[Records drawn from a dataset]
# # # #

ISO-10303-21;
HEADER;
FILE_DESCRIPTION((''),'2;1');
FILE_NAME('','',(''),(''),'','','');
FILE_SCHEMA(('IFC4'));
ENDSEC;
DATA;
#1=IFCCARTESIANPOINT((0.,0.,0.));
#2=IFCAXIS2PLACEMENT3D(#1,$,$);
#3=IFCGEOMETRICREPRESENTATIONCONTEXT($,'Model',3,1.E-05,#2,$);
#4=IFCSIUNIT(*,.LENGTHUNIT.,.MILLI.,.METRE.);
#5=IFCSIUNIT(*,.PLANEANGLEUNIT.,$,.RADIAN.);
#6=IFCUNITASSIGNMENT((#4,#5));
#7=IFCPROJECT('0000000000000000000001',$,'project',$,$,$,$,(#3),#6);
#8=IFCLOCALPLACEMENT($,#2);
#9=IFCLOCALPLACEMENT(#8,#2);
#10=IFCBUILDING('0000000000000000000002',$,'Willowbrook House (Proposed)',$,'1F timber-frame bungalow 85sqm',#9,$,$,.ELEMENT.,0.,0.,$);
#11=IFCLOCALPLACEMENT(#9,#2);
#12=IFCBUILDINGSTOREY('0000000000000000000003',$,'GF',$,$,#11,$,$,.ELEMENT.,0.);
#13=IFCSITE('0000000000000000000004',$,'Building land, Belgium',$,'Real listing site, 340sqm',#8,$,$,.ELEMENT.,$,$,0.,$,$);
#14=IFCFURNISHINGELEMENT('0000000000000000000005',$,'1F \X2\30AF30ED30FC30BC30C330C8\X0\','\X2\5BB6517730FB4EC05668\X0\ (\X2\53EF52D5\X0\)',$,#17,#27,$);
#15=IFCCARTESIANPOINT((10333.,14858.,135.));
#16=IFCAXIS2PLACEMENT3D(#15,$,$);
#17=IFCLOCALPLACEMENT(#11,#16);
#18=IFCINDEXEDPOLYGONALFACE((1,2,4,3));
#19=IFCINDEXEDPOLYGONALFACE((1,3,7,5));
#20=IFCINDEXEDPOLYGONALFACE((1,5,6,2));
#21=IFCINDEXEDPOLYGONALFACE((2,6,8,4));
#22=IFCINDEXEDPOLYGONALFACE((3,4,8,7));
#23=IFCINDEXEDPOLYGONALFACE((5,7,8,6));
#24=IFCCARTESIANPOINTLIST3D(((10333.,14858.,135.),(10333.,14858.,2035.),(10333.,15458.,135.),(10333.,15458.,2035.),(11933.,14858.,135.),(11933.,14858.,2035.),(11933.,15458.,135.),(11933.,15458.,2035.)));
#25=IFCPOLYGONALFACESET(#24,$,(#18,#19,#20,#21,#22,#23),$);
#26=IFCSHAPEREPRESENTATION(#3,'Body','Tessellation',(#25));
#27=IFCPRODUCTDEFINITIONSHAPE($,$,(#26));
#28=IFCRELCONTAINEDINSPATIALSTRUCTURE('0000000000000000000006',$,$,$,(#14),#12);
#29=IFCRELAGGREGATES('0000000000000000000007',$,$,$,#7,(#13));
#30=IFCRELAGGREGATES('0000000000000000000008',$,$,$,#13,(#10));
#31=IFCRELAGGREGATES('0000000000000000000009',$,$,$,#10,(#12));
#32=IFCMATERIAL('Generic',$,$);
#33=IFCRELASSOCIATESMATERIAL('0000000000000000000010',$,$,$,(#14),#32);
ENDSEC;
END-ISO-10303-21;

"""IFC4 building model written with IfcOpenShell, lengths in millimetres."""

from ifc_helpers import new_model, si_unit, frame, frame_2d, origin, place, context, project, spatial, rectangle, extrude, material, element, save


model = new_model("IFC4")

# Units and contexts
model_context = context("Model", 3, precision=1e-05, world=origin())
ifc_project = project(units=[si_unit("LENGTHUNIT", "METRE", prefix="MILLI"), si_unit("PLANEANGLEUNIT", "RADIAN")], contexts=[model_context])

# Site, building, storey
site_placement = place(None, origin())
site = spatial("IfcSite", under=ifc_project, at=site_placement, Name="Building land, Belgium", ObjectType="Real listing site, 340sqm", CompositionType="ELEMENT", RefElevation=0.0)
building_placement = place(site_placement, origin())
building = spatial("IfcBuilding", under=site, at=building_placement, Name="Willowbrook House (Proposed)", ObjectType="1F timber-frame bungalow 85sqm", CompositionType="ELEMENT", ElevationOfRefHeight=0.0, ElevationOfTerrain=0.0)
storey_placement = place(building_placement, origin())
storey = spatial("IfcBuildingStorey", under=building, at=storey_placement, Name="GF", CompositionType="ELEMENT", Elevation=0.0)

# Shared definitions
ifc_material_1 = material(Name="Generic")

# Furnishing element
furnishing_placement = place(storey_placement, frame((10333.0, 14858.0, 135.0)))
element("IfcFurnishingElement", 1, at=furnishing_placement, inside=storey, material=ifc_material_1, Name="1F クローゼット", Description="家具・什器 (可動)", context=model_context, shape_type="SweptSolid", body=[
    extrude(rectangle(XDim=1600.0, YDim=600.0, at=frame_2d((800.0, 300.0))), frame((10333.0, 14858.0, 135.0)), (0.0, 0.0, 1.0), 1900.0),
])

save(model, "model.ifc")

# # # #

* **TASK BRIEF**
Keeping every line exactly as it is, retype the entries shown above.

* **SOLUTION TO THIS EXERCISE**
ISO-10303-21;
HEADER;
FILE_DESCRIPTION((''),'2;1');
FILE_NAME('','',(''),(''),'','','');
FILE_SCHEMA(('IFC4'));
ENDSEC;
DATA;
#1=IFCCARTESIANPOINT((0.,0.,0.));
#2=IFCAXIS2PLACEMENT3D(#1,$,$);
#3=IFCGEOMETRICREPRESENTATIONCONTEXT($,'Model',3,1.E-05,#2,$);
#4=IFCSIUNIT(*,.LENGTHUNIT.,.MILLI.,.METRE.);
#5=IFCSIUNIT(*,.PLANEANGLEUNIT.,$,.RADIAN.);
#6=IFCUNITASSIGNMENT((#4,#5));
#7=IFCPROJECT('0000000000000000000001',$,'project',$,$,$,$,(#3),#6);
#8=IFCLOCALPLACEMENT($,#2);
#9=IFCLOCALPLACEMENT(#8,#2);
#10=IFCBUILDING('0000000000000000000002',$,'Willowbrook House (Proposed)',$,'1F timber-frame bungalow 85sqm',#9,$,$,.ELEMENT.,0.,0.,$);
#11=IFCLOCALPLACEMENT(#9,#2);
#12=IFCBUILDINGSTOREY('0000000000000000000003',$,'GF',$,$,#11,$,$,.ELEMENT.,0.);
#13=IFCSITE('0000000000000000000004',$,'Building land, Belgium',$,'Real listing site, 340sqm',#8,$,$,.ELEMENT.,$,$,0.,$,$);
#14=IFCFURNISHINGELEMENT('0000000000000000000005',$,'1F \X2\30AF30ED30FC30BC30C330C8\X0\','\X2\5BB6517730FB4EC05668\X0\ (\X2\53EF52D5\X0\)',$,#17,#27,$);
#15=IFCCARTESIANPOINT((10333.,14858.,135.));
#16=IFCAXIS2PLACEMENT3D(#15,$,$);
#17=IFCLOCALPLACEMENT(#11,#16);
#18=IFCINDEXEDPOLYGONALFACE((1,2,4,3));
#19=IFCINDEXEDPOLYGONALFACE((1,3,7,5));
#20=IFCINDEXEDPOLYGONALFACE((1,5,6,2));
#21=IFCINDEXEDPOLYGONALFACE((2,6,8,4));
#22=IFCINDEXEDPOLYGONALFACE((3,4,8,7));
#23=IFCINDEXEDPOLYGONALFACE((5,7,8,6));
#24=IFCCARTESIANPOINTLIST3D(((10333.,14858.,135.),(10333.,14858.,2035.),(10333.,15458.,135.),(10333.,15458.,2035.),(11933.,14858.,135.),(11933.,14858.,2035.),(11933.,15458.,135.),(11933.,15458.,2035.)));
#25=IFCPOLYGONALFACESET(#24,$,(#18,#19,#20,#21,#22,#23),$);
#26=IFCSHAPEREPRESENTATION(#3,'Body','Tessellation',(#25));
#27=IFCPRODUCTDEFINITIONSHAPE($,$,(#26));
#28=IFCRELCONTAINEDINSPATIALSTRUCTURE('0000000000000000000006',$,$,$,(#14),#12);
#29=IFCRELAGGREGATES('0000000000000000000007',$,$,$,#7,(#13));
#30=IFCRELAGGREGATES('0000000000000000000008',$,$,$,#13,(#10));
#31=IFCRELAGGREGATES('0000000000000000000009',$,$,$,#10,(#12));
#32=IFCMATERIAL('Generic',$,$);
#33=IFCRELASSOCIATESMATERIAL('0000000000000000000010',$,$,$,(#14),#32);
ENDSEC;
END-ISO-10303-21;

"""IFC4 building model written with IfcOpenShell, lengths in millimetres."""

from ifc_helpers import new_model, si_unit, frame, frame_2d, origin, place, context, project, spatial, rectangle, extrude, material, element, save


model = new_model("IFC4")

# Units and contexts
model_context = context("Model", 3, precision=1e-05, world=origin())
ifc_project = project(units=[si_unit("LENGTHUNIT", "METRE", prefix="MILLI"), si_unit("PLANEANGLEUNIT", "RADIAN")], contexts=[model_context])

# Site, building, storey
site_placement = place(None, origin())
site = spatial("IfcSite", under=ifc_project, at=site_placement, Name="Building land, Belgium", ObjectType="Real listing site, 340sqm", CompositionType="ELEMENT", RefElevation=0.0)
building_placement = place(site_placement, origin())
building = spatial("IfcBuilding", under=site, at=building_placement, Name="Willowbrook House (Proposed)", ObjectType="1F timber-frame bungalow 85sqm", CompositionType="ELEMENT", ElevationOfRefHeight=0.0, ElevationOfTerrain=0.0)
storey_placement = place(building_placement, origin())
storey = spatial("IfcBuildingStorey", under=building, at=storey_placement, Name="GF", CompositionType="ELEMENT", Elevation=0.0)

# Shared definitions
ifc_material_1 = material(Name="Generic")

# Furnishing element
furnishing_placement = place(storey_placement, frame((10333.0, 14858.0, 135.0)))
element("IfcFurnishingElement", 1, at=furnishing_placement, inside=storey, material=ifc_material_1, Name="1F クローゼット", Description="家具・什器 (可動)", context=model_context, shape_type="SweptSolid", body=[
    extrude(rectangle(XDim=1600.0, YDim=600.0, at=frame_2d((800.0, 300.0))), frame((10333.0, 14858.0, 135.0)), (0.0, 0.0, 1.0), 1900.0),
])

save(model, "model.ifc")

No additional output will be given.